# Burning coal in an englander 28-3500



## kieth4548 (Mar 2, 2009)

Ok I have an englander wood stove 28-3500 furnace add on (see my avatar) and I am trying to figure out if I can burn coal. I am thinking of burning coal with maybe a mix of wood next year. Does anyone burn coal and can coal be used in this stove? If it can what do i need to know about buring coal.

Thanks
Kieth


----------



## Badfish740 (Mar 3, 2009)

kieth4548 said:
			
		

> Ok I have an englander wood stove 28-3500 furnace add on (see my avatar) and I am trying to figure out if I can burn coal. I am thinking of burning coal with maybe a mix of wood next year. Does anyone burn coal and can coal be used in this stove? If it can what do i need to know about buring coal.



I've got the same add-on but I bought it mid heating season so I haven't burned it yet.  I was planning on experimenting with coal as well.  The official word from Englander is that about 10lbs of bituminous coal can be added once the wood is completely charred.  This will extend the burn cycle-however, they don't recommend burning just coal.  The stove doesn't have shaker grates which is the biggest obstacle to burning a lot of coal at once.  I'm going to pick up a ton of bituminous and shovel it 10lbs at a time into brown paper grocery bags.  I plan to experiment with adding a 10lb bag to a full load of charred wood.  We'll see...


----------



## lexybird (Mar 3, 2009)

interesting please post your findings after youve done this ..I  was planning on adding secondary burn tubes to mine  in an effort to  slow the burn and add more heat efficently


----------



## kieth4548 (Mar 3, 2009)

I talked to englander and they told me no coal... let me know what you find


----------



## Badfish740 (Mar 3, 2009)

That may their "official" position now, but here's what Mike Holton from ESW says:



			
				stoveguy2esw said:
			
		

> we used to list it as a wood/coal furnace , basically meaning that some coal could be added to an existing wood fir to extend the burn time. we ended up with a lot of misunderstanding that coal could be burned alone in the unit (thinking wood OR coal, not wood AND coal) which is not the case. the unit can accept a small addition  of soft coal added to an existing fire , gives a couple hours to the end of the burn cycle. but you cannot burn just coal in this unit , it does not have a shaker and with that large a firebox, filled with coal would melt a hole in the basement floor. about 10 lbs is about all you would want to go. add it once wood is through the initial char stage. then before the next charge of wood is added rake down the coal bed , add the wood, char and add the coal again if desired.


----------



## kieth4548 (Mar 3, 2009)

Thanks badfish.. I thought you could use coal with wood.
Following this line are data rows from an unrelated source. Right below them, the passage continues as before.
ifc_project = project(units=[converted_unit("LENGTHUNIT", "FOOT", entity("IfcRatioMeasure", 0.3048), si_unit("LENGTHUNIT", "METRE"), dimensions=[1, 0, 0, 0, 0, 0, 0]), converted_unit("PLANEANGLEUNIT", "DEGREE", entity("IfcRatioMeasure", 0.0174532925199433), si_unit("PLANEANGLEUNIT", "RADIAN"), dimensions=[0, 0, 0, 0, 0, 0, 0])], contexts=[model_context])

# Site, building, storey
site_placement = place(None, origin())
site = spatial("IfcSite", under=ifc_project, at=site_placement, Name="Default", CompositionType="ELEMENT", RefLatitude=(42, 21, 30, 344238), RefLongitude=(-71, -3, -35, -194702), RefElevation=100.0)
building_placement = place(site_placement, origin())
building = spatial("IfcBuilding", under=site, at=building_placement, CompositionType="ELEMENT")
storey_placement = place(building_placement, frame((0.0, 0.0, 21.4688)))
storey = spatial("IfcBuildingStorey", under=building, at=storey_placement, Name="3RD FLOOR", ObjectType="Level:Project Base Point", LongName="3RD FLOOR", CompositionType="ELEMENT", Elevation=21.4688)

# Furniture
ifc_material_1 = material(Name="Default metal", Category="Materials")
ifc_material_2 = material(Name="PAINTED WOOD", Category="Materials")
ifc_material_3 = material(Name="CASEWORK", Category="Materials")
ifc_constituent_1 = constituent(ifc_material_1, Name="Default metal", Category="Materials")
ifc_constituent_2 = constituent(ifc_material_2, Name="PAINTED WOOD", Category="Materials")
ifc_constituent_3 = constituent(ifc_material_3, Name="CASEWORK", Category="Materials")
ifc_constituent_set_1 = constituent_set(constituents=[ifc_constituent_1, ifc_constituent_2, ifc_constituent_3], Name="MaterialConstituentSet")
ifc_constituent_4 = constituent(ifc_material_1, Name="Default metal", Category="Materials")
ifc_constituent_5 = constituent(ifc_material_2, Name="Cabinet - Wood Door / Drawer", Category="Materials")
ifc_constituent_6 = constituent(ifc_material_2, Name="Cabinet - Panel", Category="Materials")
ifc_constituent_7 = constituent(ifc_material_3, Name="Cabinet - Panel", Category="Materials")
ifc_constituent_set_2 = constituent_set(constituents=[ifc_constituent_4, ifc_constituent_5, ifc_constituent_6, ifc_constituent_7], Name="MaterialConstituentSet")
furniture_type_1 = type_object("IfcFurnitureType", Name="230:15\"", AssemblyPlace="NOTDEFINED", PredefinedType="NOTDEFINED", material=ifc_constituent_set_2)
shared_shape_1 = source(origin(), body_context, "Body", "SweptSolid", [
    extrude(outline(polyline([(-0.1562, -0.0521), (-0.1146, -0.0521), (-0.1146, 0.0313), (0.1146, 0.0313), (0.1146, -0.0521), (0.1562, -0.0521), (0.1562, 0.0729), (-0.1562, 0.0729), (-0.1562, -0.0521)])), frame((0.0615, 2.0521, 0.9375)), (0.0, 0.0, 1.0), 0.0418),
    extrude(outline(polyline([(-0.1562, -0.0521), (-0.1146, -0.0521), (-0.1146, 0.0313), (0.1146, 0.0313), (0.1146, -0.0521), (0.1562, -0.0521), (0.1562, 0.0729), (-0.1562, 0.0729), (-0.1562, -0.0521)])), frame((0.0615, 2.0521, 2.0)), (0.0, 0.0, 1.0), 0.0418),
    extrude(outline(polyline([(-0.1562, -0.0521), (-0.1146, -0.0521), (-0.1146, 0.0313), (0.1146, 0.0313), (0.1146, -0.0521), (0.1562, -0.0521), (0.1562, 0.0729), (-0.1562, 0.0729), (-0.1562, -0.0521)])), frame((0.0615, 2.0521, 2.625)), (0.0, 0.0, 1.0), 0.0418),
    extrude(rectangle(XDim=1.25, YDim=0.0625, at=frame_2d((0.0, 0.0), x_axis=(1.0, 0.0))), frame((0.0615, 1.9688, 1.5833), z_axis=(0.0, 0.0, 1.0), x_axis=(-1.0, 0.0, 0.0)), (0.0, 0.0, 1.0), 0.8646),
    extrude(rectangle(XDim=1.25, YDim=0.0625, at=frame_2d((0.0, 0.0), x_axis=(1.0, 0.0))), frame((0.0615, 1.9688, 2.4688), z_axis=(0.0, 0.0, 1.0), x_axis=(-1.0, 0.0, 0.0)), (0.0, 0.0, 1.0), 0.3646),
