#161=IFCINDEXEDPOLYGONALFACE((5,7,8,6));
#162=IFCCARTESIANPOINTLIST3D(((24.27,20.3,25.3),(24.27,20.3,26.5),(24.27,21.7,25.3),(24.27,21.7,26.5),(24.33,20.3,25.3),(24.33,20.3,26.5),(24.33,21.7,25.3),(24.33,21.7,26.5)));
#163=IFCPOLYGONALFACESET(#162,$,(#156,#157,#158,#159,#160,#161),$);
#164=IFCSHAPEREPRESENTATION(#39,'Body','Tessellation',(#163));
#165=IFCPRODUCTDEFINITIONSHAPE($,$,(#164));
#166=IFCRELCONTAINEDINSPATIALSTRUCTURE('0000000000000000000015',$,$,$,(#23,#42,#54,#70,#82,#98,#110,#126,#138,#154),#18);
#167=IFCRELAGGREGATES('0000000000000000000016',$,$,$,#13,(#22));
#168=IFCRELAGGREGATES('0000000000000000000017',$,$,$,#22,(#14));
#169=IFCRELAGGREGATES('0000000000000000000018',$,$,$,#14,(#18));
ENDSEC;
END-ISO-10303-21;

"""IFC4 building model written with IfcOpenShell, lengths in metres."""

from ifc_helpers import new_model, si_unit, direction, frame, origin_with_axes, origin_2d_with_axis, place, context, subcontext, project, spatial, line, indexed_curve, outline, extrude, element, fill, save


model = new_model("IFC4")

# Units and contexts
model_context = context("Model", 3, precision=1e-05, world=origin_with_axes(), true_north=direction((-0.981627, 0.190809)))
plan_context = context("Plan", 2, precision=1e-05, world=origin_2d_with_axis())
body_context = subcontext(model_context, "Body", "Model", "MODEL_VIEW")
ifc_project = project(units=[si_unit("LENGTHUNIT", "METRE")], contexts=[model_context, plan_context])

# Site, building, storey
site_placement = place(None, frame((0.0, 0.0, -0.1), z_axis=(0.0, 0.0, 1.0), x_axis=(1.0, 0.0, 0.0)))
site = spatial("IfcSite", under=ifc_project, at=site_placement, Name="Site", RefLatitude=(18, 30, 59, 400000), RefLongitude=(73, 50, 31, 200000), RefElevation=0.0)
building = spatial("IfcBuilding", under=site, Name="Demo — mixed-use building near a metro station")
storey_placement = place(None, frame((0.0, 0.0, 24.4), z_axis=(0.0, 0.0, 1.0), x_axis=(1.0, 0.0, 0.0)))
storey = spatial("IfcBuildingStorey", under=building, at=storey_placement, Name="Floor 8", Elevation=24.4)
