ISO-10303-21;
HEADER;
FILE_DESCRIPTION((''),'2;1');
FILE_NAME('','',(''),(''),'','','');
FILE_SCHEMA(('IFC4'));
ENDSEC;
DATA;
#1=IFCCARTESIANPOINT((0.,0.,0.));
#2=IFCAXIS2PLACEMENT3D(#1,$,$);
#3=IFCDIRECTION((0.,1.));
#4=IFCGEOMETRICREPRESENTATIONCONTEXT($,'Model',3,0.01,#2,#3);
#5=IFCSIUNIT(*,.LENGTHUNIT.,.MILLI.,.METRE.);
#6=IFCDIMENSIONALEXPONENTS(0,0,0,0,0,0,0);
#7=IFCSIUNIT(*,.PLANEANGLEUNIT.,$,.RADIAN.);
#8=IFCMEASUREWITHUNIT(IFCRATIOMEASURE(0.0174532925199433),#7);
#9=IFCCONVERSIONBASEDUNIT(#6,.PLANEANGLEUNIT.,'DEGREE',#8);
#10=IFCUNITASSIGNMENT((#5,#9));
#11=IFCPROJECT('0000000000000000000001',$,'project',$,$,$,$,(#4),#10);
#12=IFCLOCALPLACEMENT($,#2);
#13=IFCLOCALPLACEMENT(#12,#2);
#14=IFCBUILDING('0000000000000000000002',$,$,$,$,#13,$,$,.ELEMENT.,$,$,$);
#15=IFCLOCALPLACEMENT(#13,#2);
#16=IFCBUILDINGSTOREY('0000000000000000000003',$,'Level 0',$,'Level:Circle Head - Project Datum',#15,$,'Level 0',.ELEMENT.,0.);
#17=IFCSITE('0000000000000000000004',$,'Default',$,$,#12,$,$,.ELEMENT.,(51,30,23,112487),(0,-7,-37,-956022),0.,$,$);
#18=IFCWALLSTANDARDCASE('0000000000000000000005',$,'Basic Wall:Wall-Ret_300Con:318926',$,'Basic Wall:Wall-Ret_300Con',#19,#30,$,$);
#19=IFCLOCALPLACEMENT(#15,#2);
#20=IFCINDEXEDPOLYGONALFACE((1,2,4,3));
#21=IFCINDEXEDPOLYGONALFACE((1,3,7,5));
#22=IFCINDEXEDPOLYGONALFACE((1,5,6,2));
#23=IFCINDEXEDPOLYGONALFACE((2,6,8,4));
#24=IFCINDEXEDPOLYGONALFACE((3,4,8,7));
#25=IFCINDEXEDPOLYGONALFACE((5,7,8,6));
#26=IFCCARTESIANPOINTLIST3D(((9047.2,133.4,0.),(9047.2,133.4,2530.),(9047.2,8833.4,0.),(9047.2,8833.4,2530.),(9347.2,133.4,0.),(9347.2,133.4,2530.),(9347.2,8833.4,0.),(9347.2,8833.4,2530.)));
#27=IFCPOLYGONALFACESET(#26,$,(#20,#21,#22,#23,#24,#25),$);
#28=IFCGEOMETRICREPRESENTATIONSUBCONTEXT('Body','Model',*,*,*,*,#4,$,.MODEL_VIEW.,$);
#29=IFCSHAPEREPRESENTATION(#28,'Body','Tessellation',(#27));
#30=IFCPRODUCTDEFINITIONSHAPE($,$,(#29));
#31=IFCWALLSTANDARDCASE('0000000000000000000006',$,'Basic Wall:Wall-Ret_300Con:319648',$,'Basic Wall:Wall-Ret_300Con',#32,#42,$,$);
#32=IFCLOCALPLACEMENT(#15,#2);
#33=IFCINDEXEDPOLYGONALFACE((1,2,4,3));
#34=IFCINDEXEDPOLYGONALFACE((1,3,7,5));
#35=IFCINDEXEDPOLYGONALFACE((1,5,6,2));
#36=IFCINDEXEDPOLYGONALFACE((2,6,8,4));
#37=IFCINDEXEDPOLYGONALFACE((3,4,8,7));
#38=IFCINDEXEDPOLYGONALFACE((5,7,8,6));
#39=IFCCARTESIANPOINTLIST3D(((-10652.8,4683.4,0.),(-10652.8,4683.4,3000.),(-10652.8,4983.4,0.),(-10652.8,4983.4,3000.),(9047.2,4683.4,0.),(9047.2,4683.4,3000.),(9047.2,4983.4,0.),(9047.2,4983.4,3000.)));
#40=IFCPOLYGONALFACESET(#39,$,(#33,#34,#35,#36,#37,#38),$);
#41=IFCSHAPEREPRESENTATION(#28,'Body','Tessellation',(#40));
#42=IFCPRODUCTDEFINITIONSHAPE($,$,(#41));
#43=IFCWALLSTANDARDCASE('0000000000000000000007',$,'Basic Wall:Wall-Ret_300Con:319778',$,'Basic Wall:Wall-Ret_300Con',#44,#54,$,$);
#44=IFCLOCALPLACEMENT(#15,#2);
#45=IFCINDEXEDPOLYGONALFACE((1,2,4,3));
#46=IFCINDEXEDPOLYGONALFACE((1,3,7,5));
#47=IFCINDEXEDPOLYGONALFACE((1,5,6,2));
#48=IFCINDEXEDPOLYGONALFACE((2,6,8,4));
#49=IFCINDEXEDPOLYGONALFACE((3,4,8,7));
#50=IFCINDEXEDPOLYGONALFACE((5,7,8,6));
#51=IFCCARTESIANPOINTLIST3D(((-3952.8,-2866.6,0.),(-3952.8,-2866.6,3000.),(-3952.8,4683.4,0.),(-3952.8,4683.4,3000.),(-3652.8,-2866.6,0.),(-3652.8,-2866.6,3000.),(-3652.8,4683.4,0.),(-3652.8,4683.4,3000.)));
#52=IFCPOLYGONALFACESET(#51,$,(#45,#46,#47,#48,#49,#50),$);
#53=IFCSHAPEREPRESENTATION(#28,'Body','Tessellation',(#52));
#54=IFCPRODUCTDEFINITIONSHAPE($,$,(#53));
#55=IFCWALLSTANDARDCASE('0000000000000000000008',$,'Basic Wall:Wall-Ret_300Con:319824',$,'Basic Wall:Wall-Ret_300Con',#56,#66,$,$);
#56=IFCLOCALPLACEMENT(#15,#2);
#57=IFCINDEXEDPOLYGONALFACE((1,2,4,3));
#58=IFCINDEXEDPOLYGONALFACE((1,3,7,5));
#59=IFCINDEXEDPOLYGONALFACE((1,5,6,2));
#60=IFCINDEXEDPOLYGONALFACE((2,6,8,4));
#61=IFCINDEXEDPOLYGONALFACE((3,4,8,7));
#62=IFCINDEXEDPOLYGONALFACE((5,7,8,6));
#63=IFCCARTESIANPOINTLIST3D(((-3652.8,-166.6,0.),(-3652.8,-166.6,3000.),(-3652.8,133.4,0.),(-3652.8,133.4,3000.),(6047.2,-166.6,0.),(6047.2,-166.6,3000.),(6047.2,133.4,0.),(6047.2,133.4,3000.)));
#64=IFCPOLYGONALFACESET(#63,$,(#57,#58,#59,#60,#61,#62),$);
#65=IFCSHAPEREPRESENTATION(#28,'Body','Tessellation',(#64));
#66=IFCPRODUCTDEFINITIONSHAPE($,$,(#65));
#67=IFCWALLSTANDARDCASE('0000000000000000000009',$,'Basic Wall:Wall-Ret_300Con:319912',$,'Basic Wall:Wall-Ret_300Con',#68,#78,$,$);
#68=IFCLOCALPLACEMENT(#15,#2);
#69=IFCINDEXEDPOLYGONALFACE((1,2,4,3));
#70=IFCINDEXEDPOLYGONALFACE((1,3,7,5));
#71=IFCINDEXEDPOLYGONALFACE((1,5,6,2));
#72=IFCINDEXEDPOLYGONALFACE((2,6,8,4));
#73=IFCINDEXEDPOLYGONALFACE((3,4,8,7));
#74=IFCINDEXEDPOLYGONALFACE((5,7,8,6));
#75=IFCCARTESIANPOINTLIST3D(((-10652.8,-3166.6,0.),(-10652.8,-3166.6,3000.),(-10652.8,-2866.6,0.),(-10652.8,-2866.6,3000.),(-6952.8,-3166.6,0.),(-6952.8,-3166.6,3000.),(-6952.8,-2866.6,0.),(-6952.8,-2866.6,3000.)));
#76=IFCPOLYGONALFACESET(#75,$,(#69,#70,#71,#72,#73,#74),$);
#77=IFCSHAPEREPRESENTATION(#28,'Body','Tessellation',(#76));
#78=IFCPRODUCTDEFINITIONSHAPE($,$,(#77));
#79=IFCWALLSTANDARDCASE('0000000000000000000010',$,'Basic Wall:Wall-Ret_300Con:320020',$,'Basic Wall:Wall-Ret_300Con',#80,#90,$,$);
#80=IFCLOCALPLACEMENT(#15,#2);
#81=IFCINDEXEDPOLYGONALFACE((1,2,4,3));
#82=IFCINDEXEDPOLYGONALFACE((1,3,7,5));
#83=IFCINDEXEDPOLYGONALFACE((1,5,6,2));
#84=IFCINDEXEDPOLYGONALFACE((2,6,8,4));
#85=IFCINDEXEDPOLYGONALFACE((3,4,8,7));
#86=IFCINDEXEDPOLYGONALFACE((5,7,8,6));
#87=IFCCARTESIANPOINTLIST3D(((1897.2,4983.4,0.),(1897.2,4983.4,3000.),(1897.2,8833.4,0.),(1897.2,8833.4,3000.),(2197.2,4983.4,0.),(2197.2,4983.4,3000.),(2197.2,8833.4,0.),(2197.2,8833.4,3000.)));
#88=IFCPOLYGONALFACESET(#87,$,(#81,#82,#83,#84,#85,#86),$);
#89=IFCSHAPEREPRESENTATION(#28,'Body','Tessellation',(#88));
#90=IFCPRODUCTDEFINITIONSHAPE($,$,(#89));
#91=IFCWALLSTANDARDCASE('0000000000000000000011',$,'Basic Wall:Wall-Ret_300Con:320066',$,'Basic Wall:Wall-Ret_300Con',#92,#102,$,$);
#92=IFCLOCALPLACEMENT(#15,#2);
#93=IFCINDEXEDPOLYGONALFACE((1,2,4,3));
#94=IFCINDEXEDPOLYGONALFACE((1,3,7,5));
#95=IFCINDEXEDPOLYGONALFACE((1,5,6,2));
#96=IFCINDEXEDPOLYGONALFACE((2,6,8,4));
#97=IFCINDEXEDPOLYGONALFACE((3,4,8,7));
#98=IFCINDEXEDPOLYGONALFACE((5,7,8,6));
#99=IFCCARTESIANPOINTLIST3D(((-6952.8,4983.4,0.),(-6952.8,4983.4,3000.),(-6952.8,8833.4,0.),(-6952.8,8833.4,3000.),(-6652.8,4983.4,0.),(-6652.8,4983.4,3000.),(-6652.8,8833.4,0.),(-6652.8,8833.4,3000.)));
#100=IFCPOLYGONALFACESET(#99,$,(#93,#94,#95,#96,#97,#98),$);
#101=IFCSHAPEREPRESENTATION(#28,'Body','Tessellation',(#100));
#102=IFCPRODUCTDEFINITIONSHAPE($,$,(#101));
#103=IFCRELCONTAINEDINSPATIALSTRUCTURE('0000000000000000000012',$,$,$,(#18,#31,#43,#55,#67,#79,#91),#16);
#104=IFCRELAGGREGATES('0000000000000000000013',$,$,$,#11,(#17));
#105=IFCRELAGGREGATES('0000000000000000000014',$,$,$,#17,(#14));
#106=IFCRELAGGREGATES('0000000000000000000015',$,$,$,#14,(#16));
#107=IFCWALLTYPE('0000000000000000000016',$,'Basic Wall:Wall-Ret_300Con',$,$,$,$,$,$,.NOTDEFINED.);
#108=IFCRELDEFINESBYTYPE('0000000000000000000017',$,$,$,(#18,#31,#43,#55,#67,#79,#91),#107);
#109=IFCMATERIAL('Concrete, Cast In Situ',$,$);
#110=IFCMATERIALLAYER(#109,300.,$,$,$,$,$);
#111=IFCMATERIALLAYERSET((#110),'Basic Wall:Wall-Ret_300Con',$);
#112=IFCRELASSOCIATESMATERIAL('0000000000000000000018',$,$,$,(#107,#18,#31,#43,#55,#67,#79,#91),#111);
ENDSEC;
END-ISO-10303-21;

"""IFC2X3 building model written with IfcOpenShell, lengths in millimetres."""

from ifc_helpers import new_model, entity, si_unit, converted_unit, direction, frame, frame_2d, origin, place, context, subcontext, project, spatial, polyline, rectangle, extrude, clip, bounded_halfspace, material, layer, layer_set, layer_usage, type_object, element, save


model = new_model("IFC2X3")

# Units and contexts
model_context = context("Model", 3, precision=0.01, world=origin(), true_north=direction((0.0, 1.0)))
body_context = subcontext(model_context, "Body", "Model", "MODEL_VIEW")
ifc_project = project(units=[si_unit("LENGTHUNIT", "METRE", prefix="MILLI"), converted_unit("PLANEANGLEUNIT", "DEGREE", entity("IfcRatioMeasure", 0.0174532925199433), si_unit("PLANEANGLEUNIT", "RADIAN"), dimensions=[0, 0, 0, 0, 0, 0, 0])], contexts=[model_context])

# Site, building, storey
site_placement = place(None, origin())
site = spatial("IfcSite", under=ifc_project, at=site_placement, Name="Default", CompositionType="ELEMENT", RefLatitude=(51, 30, 23, 112487), RefLongitude=(0, -7, -37, -956022), RefElevation=0.0)
building_placement = place(site_placement, origin())
building = spatial("IfcBuilding", under=site, at=building_placement, CompositionType="ELEMENT")
storey_placement = place(building_placement, origin())
storey = spatial("IfcBuildingStorey", under=building, at=storey_placement, Name="Level 0", ObjectType="Level:Circle Head - Project Datum", LongName="Level 0", CompositionType="ELEMENT", Elevation=0.0)

# Walls
ifc_material_1 = material(Name="Concrete, Cast In Situ")
ifc_layer_1 = layer(ifc_material_1, 300.0)
ifc_layer_set_1 = layer_set([ifc_layer_1], Name="Basic Wall:Wall-Ret_300Con")
wall_type = type_object("IfcWallType", Name="Basic Wall:Wall-Ret_300Con", PredefinedType="NOTDEFINED", material=ifc_layer_set_1)
ifc_layer_usage_1 = layer_usage(ifc_layer_set_1, "AXIS2", "NEGATIVE", 150.0)
wall_1_placement = place(storey_placement, frame((9197.2, 8833.4, 0.0), z_axis=(0.0, 0.0, 1.0), x_axis=(0.0, -1.0, 0.0)))
element("IfcWallStandardCase", 1, at=wall_1_placement, inside=storey, type_object=wall_type, material=ifc_layer_usage_1, Name="Basic Wall:Wall-Ret_300Con:318926", ObjectType="Basic Wall:Wall-Ret_300Con", context=body_context, shape_type="Clipping", body=[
How do you load the coal? What I mean is at night or when I leave I fill the box up and usually there is not room. How would I add the coal also what do I need to expect? Is it going to be a lot hotter heat or temp. I have a thermometor on the front of my stove and usually run it about 400 degrees. Will this go up? How much longer of a burn time do you get? Sorry for all the questions I just don't want some big surprise and start worring when I have a fire going. Also what about the chimney? Do I have to clean it more often and will there be more or less smoke? I hardley have any smoke now.

Thansk
kieth


----------



## Badfish740 (Mar 3, 2009)

I don't have an answers yet but hope to next year!


----------



## JustWood (Mar 4, 2009)

kieth4548 said:
			
		

> Thanks badfish.. I thought you could use coal with wood. How do you load the coal? What I mean is at night or when I leave I fill the box up and usually there is not room. How would I add the coal also what do I need to expect? Is it going to be a lot hotter heat or temp. I have a thermometor on the front of my stove and usually run it about 400 degrees. Will this go up? How much longer of a burn time do you get? Sorry for all the questions I just don't want some big surprise and start worring when I have a fire going. Also what about the chimney? Do I have to clean it more often and will there be more or less smoke? I hardley have any smoke now.
> 
> Thansk
> kieth



Load the coal in the middle of the load. The weight of the wood on top  will keep the coal from bridging and also help keep the coal  burning. Start out with small amounts of coal till you get it figured out. Once you have it figured out you'll wonder why you went without coal .


----------



## kieth4548 (Mar 5, 2009)

Ok.. not to sound tupid here so should put in a lyour of logs char the logs but in some coal and then fill the rest with wood and char the new?

Thanks
Kieth


----------



## kieth4548 (Mar 5, 2009)

thanks for the info. I have slots running left to right in bottom of the fire box. There are 4 slots about  3/4" to 1" wide. I also have a top damper which is what I usally use and a bottom daper that allows air under the firebox (usually do'n use that one much). Will I wnat to use more of the bottom damper or just continue buring like I usually.

Thanks
Kieth


----------



## kieth4548 (Mar 6, 2009)

Thaniks for the infor. I am geting my information for next year. My burning is just about over. For the next week we are to be in the high 60's mid 70's with night temps about 55 degrees. Usually I don't fire up the wood burner when its this warm because it's to dang hot. I turn the furnace back on at night. THe house holds the heat all day. I have heard that I want to use soft coal. Is that correct?

Thanks
Kieth


----------